Eu tinha esperanças, eu queria que ela pudesse, com seu sorriso tímido e olhos profundos, afastar o vazio. Gostaria que ela pudesse ser minha cura, mesmo tendo-a visto tão poucas vezes. Algo sobre ela era...era quase confortante.

Mas não o bastante.

         Bella sorriu para mim e fechou seu guarda-chuva, murmurando um “olá” doce e baixo. Dessa vez, ela se sentou bem ao meu lado e não tirou o caderno da mochila. Encarou-me como eu fazia com ela. Tão real que eu queria tocá-la, mas tinha medo de me desfazer ao finalmente sentir sua pele sob meus dedos.

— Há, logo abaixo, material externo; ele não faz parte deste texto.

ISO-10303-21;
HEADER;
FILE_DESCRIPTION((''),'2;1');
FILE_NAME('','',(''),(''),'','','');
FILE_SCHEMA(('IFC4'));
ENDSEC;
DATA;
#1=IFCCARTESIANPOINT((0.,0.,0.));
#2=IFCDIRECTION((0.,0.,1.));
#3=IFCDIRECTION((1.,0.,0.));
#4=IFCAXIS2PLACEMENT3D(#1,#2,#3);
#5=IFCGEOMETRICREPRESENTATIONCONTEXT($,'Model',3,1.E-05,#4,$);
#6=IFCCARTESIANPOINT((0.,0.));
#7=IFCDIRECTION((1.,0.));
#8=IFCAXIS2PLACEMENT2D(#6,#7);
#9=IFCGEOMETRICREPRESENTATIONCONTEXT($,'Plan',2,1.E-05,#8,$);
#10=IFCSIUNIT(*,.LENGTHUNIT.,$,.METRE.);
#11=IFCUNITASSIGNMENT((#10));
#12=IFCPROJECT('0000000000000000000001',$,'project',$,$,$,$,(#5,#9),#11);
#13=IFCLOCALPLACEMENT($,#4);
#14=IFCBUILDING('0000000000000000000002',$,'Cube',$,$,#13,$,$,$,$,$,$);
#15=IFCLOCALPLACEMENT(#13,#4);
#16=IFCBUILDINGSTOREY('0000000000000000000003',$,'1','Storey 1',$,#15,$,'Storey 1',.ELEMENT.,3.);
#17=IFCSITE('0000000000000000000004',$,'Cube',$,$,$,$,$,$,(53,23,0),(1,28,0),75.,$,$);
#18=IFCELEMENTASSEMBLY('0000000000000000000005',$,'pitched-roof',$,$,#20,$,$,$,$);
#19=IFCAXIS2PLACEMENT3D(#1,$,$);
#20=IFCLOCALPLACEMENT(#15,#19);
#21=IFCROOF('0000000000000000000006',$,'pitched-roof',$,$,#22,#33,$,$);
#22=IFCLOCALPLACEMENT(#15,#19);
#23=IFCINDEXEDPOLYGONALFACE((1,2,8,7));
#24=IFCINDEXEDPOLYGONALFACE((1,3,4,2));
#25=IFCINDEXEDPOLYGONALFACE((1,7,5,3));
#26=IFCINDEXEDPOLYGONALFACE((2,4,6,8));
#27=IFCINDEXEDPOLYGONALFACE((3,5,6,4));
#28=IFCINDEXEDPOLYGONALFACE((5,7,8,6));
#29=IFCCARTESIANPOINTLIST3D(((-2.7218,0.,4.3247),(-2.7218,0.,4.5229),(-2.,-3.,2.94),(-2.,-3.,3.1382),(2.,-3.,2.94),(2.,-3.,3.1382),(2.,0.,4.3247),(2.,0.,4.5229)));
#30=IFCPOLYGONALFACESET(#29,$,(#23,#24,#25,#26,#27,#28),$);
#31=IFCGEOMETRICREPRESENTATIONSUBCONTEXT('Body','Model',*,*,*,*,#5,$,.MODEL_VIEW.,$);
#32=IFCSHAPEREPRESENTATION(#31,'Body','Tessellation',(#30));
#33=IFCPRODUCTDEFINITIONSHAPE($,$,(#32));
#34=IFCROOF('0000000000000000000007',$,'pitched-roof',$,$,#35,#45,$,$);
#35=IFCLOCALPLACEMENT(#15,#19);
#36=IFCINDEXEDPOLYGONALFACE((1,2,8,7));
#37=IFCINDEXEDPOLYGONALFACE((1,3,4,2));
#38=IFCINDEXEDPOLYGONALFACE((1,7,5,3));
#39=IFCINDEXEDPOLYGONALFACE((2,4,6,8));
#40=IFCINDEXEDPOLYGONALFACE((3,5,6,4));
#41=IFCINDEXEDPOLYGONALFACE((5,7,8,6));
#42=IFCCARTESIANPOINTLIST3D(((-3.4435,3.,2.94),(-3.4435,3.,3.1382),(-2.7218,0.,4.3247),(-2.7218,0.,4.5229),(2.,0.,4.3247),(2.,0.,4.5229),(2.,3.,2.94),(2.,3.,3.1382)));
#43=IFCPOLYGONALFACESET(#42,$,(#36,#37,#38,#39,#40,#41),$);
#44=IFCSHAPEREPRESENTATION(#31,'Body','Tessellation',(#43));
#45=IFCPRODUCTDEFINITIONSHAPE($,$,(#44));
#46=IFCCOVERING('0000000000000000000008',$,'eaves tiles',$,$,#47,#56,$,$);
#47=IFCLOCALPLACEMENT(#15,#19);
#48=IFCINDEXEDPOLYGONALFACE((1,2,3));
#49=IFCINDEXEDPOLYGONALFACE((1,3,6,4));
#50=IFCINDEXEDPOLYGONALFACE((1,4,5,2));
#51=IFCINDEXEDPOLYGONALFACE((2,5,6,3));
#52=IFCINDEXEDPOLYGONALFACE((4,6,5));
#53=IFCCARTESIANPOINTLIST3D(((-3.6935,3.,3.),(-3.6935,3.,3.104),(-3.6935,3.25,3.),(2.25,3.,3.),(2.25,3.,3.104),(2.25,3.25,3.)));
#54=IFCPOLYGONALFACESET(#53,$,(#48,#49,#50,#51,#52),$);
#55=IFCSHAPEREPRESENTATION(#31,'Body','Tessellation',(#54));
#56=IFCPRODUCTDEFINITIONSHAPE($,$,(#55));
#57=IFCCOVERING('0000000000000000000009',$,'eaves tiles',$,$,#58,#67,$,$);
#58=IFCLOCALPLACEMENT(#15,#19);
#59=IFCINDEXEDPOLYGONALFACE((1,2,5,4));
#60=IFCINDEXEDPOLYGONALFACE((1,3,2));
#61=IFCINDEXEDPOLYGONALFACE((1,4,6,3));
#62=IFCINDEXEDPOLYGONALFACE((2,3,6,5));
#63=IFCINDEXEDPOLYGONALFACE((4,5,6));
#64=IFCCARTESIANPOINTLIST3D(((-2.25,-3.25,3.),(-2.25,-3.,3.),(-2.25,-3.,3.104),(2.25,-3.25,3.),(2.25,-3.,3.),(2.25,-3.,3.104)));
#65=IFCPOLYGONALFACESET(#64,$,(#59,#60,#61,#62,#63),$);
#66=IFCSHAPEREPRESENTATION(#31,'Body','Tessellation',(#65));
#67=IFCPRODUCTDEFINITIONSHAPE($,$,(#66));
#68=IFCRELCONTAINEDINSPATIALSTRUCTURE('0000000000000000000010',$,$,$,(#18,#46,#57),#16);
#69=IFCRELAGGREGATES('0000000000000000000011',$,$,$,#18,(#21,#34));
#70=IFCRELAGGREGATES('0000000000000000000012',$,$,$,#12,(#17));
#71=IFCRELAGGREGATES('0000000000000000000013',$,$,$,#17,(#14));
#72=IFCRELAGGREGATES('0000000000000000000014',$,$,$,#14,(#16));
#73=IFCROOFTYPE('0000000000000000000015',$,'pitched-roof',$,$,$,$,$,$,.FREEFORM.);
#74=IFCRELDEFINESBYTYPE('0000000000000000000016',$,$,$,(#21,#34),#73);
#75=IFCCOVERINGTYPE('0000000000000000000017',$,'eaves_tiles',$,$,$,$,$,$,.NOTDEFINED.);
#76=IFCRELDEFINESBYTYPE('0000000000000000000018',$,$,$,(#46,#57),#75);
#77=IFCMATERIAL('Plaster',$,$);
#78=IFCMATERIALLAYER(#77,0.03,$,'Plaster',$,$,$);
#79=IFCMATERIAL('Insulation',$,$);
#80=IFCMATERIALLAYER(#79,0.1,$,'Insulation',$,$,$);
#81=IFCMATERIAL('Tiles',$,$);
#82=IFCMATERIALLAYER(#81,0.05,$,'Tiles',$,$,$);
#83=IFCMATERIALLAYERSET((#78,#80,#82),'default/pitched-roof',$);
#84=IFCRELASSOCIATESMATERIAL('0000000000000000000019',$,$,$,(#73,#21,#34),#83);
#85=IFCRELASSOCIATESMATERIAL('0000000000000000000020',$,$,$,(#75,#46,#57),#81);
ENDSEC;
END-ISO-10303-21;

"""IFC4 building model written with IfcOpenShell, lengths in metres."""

from ifc_helpers import new_model, si_unit, frame, origin, origin_with_axes, origin_2d_with_axis, place, context, subcontext, project, spatial, polyline, outline, extrude, material, layer, layer_set, layer_usage, material_profile, profile_set, profile_usage, type_object, element, aggregate, save


model = new_model("IFC4")

# Units and contexts
model_context = context("Model", 3, precision=1e-05, world=origin_with_axes())
plan_context = context("Plan", 2, precision=1e-05, world=origin_2d_with_axis())
body_context = subcontext(model_context, "Body", "Model", "MODEL_VIEW")
ifc_project = project(units=[si_unit("LENGTHUNIT", "METRE")], contexts=[model_context, plan_context])

# Site, building, storey
site = spatial("IfcSite", under=ifc_project, Name="Cube", RefLatitude=(53, 23, 0), RefLongitude=(1, 28, 0), RefElevation=75.0)
building_placement = place(None, origin_with_axes())
building = spatial("IfcBuilding", under=site, at=building_placement, Name="Cube")
storey_placement = place(building_placement, origin_with_axes())
storey = spatial("IfcBuildingStorey", under=building, at=storey_placement, Name="1", Description="Storey 1", LongName="Storey 1", CompositionType="ELEMENT", Elevation=3.0)

# Element assembly, roofs
assembly_placement = place(storey_placement, origin_with_axes())
assembly = element("IfcElementAssembly", 1, at=assembly_placement, inside=storey, Name="pitched-roof")
ifc_material_1 = material(Name="Plaster")
ifc_layer_1 = layer(ifc_material_1, 0.03, Name="Plaster")
ifc_material_2 = material(Name="Insulation")
ifc_layer_2 = layer(ifc_material_2, 0.1, Name="Insulation")
ifc_material_3 = material(Name="Tiles")
ifc_layer_3 = layer(ifc_material_3, 0.05, Name="Tiles")
ifc_layer_set = layer_set([ifc_layer_1, ifc_layer_2, ifc_layer_3], Name="default/pitched-roof")
ifc_layer_usage_1 = layer_usage(ifc_layer_set, "AXIS3", "POSITIVE", 0.0)
roof_type = type_object("IfcRoofType", Name="pitched-roof", PredefinedType="FREEFORM", material=ifc_layer_set)
roof_1_placement = place(assembly_placement, frame((-2.0, -3.0, 2.94), z_axis=(0.0, -0.419069, 0.907954), x_axis=(1.0, 0.0, 0.0)))
roof_1 = element("IfcRoof", 2, at=roof_1_placement, type_object=roof_type, material=ifc_layer_usage_1, Name="pitched-roof", context=body_context, shape_type="SweptSolid", body=[
    extrude(outline(polyline([(0.0, 0.0), (4.0, 0.0), (4.0, 3.3041), (-0.7218, 3.3041), (0.0, 0.0)])), origin(), (0.0, 0.419069, 0.907954), 0.1982),
])
ifc_layer_usage_2 = layer_usage(ifc_layer_set, "AXIS3", "POSITIVE", 0.0)
roof_2_placement = place(assembly_placement, frame((-3.4435, 3.0, 2.94), z_axis=(0.0, 0.419069, 0.907954), x_axis=(-1.0, 0.0, 0.0)))
roof_2 = element("IfcRoof", 3, at=roof_2_placement, type_object=roof_type, material=ifc_layer_usage_2, Name="pitched-roof", context=body_context, shape_type="SweptSolid", body=[
    extrude(outline(polyline([(0.0, 0.0), (-0.7218, 3.3041), (-5.4435, 3.3041), (-5.4435, 0.0), (0.0, 0.0)])), origin(), (0.0, 0.419069, 0.907954), 0.1982),
])
aggregate(assembly, [roof_1, roof_2])

# Coverings
ifc_material_profile_1 = material_profile(ifc_material_3, outline(polyline([(0.25, 0.0), (0.0, 0.0), (0.0, 0.104), (0.25, 0.0)])))
ifc_profile_set_1 = profile_set([ifc_material_profile_1])
ifc_profile_usage_1 = profile_usage(ifc_profile_set_1)
covering_type_1 = type_object("IfcCoveringType", Name="eaves_tiles", PredefinedType="NOTDEFINED", material=ifc_profile_set_1)
covering_1_placement = place(storey_placement, frame((-3.6935, 3.0, 3.0), z_axis=(1.0, 0.0, 0.0), x_axis=(0.0, 1.0, 0.0)))
element("IfcCovering", 4, at=covering_1_placement, inside=storey, type_object=covering_type_1, material=ifc_profile_usage_1, Name="eaves tiles", context=body_context, shape_type="SweptSolid", body=[
    extrude(outline(polyline([(0.25, 0.0), (0.0, 0.0), (0.0, 0.104), (0.25, 0.0)])), origin_with_axes(), (0.0, 0.0, 1.0), 5.9435),
])
ifc_profile_usage_2 = profile_usage(ifc_profile_set_1)
covering_2_placement = place(storey_placement, frame((2.25, -3.0, 3.0), z_axis=(-1.0, 0.0, 0.0), x_axis=(0.0, -1.0, 0.0)))
element("IfcCovering", 5, at=covering_2_placement, inside=storey, type_object=covering_type_1, material=ifc_profile_usage_2, Name="eaves tiles", context=body_context, shape_type="SweptSolid", body=[
    extrude(outline(polyline([(0.25, 0.0), (0.0, 0.0), (0.0, 0.104), (0.25, 0.0)])), origin_with_axes(), (0.0, 0.0, 1.0), 4.5),
])

save(model, "model.ifc")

         Eu queria um sol. O céu claro, o ar quente, os raios de luz em minha pele. E Bella era um sol. Eu sabia que era. Eu sentia.

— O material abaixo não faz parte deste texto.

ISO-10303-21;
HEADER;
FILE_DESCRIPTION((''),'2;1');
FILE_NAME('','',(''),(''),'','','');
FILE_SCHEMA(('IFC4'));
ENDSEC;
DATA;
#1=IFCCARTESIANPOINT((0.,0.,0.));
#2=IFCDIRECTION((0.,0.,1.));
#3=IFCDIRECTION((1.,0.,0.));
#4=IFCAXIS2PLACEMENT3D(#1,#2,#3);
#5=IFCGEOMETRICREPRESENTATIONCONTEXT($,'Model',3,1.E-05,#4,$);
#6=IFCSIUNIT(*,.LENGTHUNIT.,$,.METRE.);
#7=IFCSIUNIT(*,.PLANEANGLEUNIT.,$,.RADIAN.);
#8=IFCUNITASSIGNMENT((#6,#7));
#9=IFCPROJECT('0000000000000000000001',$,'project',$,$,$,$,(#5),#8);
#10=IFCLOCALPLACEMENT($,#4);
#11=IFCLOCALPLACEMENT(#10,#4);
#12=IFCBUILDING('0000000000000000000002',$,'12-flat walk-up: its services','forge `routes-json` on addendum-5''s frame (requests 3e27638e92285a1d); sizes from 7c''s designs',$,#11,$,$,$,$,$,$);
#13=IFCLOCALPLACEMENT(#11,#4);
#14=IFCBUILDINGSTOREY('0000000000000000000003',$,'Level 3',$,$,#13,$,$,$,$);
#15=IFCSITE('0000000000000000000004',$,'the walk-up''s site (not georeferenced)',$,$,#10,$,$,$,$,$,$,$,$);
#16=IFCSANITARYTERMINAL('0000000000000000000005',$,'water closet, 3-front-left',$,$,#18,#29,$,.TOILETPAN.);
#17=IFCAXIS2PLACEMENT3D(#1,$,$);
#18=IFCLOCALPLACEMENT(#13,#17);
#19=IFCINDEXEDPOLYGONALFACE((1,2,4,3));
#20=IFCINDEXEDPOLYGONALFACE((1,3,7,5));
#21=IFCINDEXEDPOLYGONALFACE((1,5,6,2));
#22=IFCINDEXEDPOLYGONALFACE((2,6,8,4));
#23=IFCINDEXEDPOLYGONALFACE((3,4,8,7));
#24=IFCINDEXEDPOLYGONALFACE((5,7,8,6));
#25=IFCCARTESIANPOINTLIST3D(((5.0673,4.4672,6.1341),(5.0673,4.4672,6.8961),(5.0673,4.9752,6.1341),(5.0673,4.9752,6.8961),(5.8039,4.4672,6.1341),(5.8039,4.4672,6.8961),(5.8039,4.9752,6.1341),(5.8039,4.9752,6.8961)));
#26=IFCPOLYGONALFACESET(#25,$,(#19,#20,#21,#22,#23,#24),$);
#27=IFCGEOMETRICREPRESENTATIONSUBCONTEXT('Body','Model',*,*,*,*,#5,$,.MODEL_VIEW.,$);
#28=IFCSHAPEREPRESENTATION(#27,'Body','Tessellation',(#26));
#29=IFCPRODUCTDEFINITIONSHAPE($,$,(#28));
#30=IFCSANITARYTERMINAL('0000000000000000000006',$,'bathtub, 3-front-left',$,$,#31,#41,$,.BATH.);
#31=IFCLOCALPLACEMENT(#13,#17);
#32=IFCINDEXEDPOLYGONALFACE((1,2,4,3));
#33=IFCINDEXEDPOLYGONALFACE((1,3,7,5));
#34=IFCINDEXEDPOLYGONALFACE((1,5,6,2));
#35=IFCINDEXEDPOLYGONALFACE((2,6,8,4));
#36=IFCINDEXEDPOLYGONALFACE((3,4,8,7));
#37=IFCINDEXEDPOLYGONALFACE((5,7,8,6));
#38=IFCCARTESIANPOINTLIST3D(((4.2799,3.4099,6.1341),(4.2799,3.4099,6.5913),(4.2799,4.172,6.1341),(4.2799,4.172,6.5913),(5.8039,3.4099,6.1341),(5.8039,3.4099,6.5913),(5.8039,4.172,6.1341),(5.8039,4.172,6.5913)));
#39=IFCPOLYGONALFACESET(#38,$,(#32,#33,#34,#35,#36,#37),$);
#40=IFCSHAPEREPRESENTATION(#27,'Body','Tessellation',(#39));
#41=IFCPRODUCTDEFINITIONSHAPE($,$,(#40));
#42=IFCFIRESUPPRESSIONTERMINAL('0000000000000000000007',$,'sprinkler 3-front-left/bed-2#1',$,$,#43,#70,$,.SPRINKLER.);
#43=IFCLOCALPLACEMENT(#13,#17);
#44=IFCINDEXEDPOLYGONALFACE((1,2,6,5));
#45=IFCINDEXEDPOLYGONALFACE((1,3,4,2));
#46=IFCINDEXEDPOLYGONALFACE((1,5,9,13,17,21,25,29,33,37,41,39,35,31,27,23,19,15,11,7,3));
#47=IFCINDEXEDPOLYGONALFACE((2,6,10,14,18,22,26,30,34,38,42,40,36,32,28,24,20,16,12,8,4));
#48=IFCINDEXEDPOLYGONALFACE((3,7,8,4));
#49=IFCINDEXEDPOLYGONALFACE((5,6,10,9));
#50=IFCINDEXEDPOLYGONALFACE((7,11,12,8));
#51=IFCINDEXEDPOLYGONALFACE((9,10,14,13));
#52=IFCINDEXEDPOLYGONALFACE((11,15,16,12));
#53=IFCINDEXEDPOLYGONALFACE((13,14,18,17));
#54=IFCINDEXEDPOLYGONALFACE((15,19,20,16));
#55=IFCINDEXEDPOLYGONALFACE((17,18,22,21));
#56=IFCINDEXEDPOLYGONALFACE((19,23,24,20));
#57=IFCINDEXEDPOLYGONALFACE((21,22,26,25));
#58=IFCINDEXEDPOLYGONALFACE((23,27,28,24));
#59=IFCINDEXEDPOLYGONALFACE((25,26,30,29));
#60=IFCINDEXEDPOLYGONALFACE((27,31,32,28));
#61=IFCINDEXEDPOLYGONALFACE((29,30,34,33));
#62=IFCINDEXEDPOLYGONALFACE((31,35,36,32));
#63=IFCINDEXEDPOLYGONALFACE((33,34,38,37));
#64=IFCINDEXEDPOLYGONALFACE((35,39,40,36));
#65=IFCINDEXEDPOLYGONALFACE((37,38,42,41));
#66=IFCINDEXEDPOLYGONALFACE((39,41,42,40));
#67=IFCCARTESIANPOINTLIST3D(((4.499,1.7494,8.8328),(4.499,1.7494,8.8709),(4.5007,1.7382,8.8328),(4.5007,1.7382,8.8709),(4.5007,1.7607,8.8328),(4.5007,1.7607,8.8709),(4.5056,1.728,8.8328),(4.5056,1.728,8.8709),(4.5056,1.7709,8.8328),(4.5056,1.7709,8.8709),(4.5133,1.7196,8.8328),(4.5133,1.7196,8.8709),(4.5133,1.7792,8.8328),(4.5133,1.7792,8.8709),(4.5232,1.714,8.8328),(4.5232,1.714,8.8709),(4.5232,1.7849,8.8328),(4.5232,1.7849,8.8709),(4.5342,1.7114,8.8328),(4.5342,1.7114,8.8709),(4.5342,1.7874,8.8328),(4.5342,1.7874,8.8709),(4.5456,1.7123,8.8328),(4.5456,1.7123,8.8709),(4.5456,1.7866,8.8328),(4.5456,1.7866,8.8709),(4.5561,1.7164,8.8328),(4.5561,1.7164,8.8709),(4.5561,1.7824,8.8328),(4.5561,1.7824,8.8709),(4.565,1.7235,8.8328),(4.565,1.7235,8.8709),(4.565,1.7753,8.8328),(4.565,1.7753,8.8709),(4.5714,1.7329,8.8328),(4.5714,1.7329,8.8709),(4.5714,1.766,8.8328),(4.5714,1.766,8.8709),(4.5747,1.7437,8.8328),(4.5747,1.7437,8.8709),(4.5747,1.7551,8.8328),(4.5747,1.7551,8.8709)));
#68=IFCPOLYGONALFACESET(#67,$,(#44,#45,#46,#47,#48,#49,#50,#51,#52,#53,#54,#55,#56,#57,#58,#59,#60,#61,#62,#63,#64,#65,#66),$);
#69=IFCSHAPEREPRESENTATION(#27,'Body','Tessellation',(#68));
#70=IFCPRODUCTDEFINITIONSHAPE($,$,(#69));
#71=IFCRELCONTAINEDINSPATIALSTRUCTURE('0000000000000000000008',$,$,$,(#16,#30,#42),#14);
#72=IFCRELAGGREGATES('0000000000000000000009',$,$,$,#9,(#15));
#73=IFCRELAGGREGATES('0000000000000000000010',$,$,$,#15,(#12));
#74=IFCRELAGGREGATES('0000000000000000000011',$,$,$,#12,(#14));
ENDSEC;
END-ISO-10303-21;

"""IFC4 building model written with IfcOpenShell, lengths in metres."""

from ifc_helpers import new_model, entity, si_unit, frame, frame_2d, origin, origin_with_axes, place, context, subcontext, project, spatial, rectangle, extrude, element, save


model = new_model("IFC4")

# Units and contexts
model_context = context("Model", 3, precision=1e-05, world=origin_with_axes())
body_context = subcontext(model_context, "Body", "Model", "MODEL_VIEW")
ifc_project = project(units=[si_unit("LENGTHUNIT", "METRE"), si_unit("PLANEANGLEUNIT", "RADIAN")], contexts=[model_context])

# Site, building, storey
site_placement = place(None, origin_with_axes())
site = spatial("IfcSite", under=ifc_project, at=site_placement, Name="the walk-up's site (not georeferenced)")
building_placement = place(site_placement, origin_with_axes())
building = spatial("IfcBuilding", under=site, at=building_placement, Name="12-flat walk-up: its services", Description="forge `routes-json` on addendum-5's frame (requests 3e27638e92285a1d); sizes from 7c's designs")
storey_placement = place(building_placement, origin_with_axes())
storey = spatial("IfcBuildingStorey", under=building, at=storey_placement, Name="Level 3")

# Sanitary terminals
sanitary_terminal_1_placement = place(storey_placement, frame((5.0673, 4.4672, 6.1341), z_axis=(0.0, 0.0, 1.0), x_axis=(1.0, 0.0, 0.0)))
element("IfcSanitaryTerminal", 1, at=sanitary_terminal_1_placement, inside=storey, Name="water closet, 3-front-left", PredefinedType="TOILETPAN", context=body_context, shape_type="SweptSolid", body=[
    extrude(rectangle(XDim=0.7366, YDim=0.508, at=frame_2d((0.3683, 0.254))), origin(), (0.0, 0.0, 1.0), 0.762),
])
sanitary_terminal_2_placement = place(storey_placement, frame((4.2799, 3.4099, 6.1341), z_axis=(0.0, 0.0, 1.0), x_axis=(1.0, 0.0, 0.0)))
element("IfcSanitaryTerminal", 2, at=sanitary_terminal_2_placement, inside=storey, Name="bathtub, 3-front-left", PredefinedType="BATH", context=body_context, shape_type="SweptSolid", body=[
    extrude(rectangle(XDim=1.524, YDim=0.762, at=frame_2d((0.762, 0.381))), origin(), (0.0, 0.0, 1.0), 0.4572),
])

# Fire suppression terminal
fire_suppression_terminal_placement = place(storey_placement, frame((4.5371, 1.7494, 8.8709), z_axis=(0.0, 0.0, 1.0), x_axis=(1.0, 0.0, 0.0)))
element("IfcFireSuppressionTerminal", 3, at=fire_suppression_terminal_placement, inside=storey, Name="sprinkler 3-front-left/bed-2#1", PredefinedType="SPRINKLER", context=body_context, shape_type="AdvancedSweptSolid", body=[
    entity("IfcSweptDiskSolid", entity("IfcPolyline", [entity("IfcCartesianPoint", [0.0, 0.0, 0.0]), entity("IfcCartesianPoint", [0.0, 0.0, -0.0381])]), 0.0381),
])

save(model, "model.ifc")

         Mas tudo ao meu redor continuava escuro.

         E eu entendi que não importava. Não importava o quanto ela fosse cálida e brilhante e o quanto seu rosto e suas mãos e seu caderno afrouxassem a corda no pescoço da minha alma por um segundo. As nuvens ao meu redor eram feitas de concreto. Eram pesadas e escuras e intransponíveis.

         Seu calor e seu brilho estariam sempre fora do meu alcance.

         Dessa vez, eu fui o primeiro a ir embora. Antes que eu pudesse sair na chuva, no entanto, Bella se levantou e perguntou:

         – Você não vai realmente me dizer seu nome?

         Fitei seus olhos misteriosos, seus cabelos úmidos, os pelos de gato em seu uniforme, suas mãos sujas de tinta de caneta. E apenas essa visão dela me doeu como olhar a chuva nos olhos da minha mãe aquela manhã.

         – Quem sabe outro dia – consegui falar através da faca em minha garganta. – Quando chover de novo.

         Não sabia se conseguiria fazer aquilo se tornar verdade, eu nunca sabia. Não abri o guarda-chuva, ao invés disso, deixei as gotas me tocarem, permiti-me querer ser uma delas e fluir. Só fluir.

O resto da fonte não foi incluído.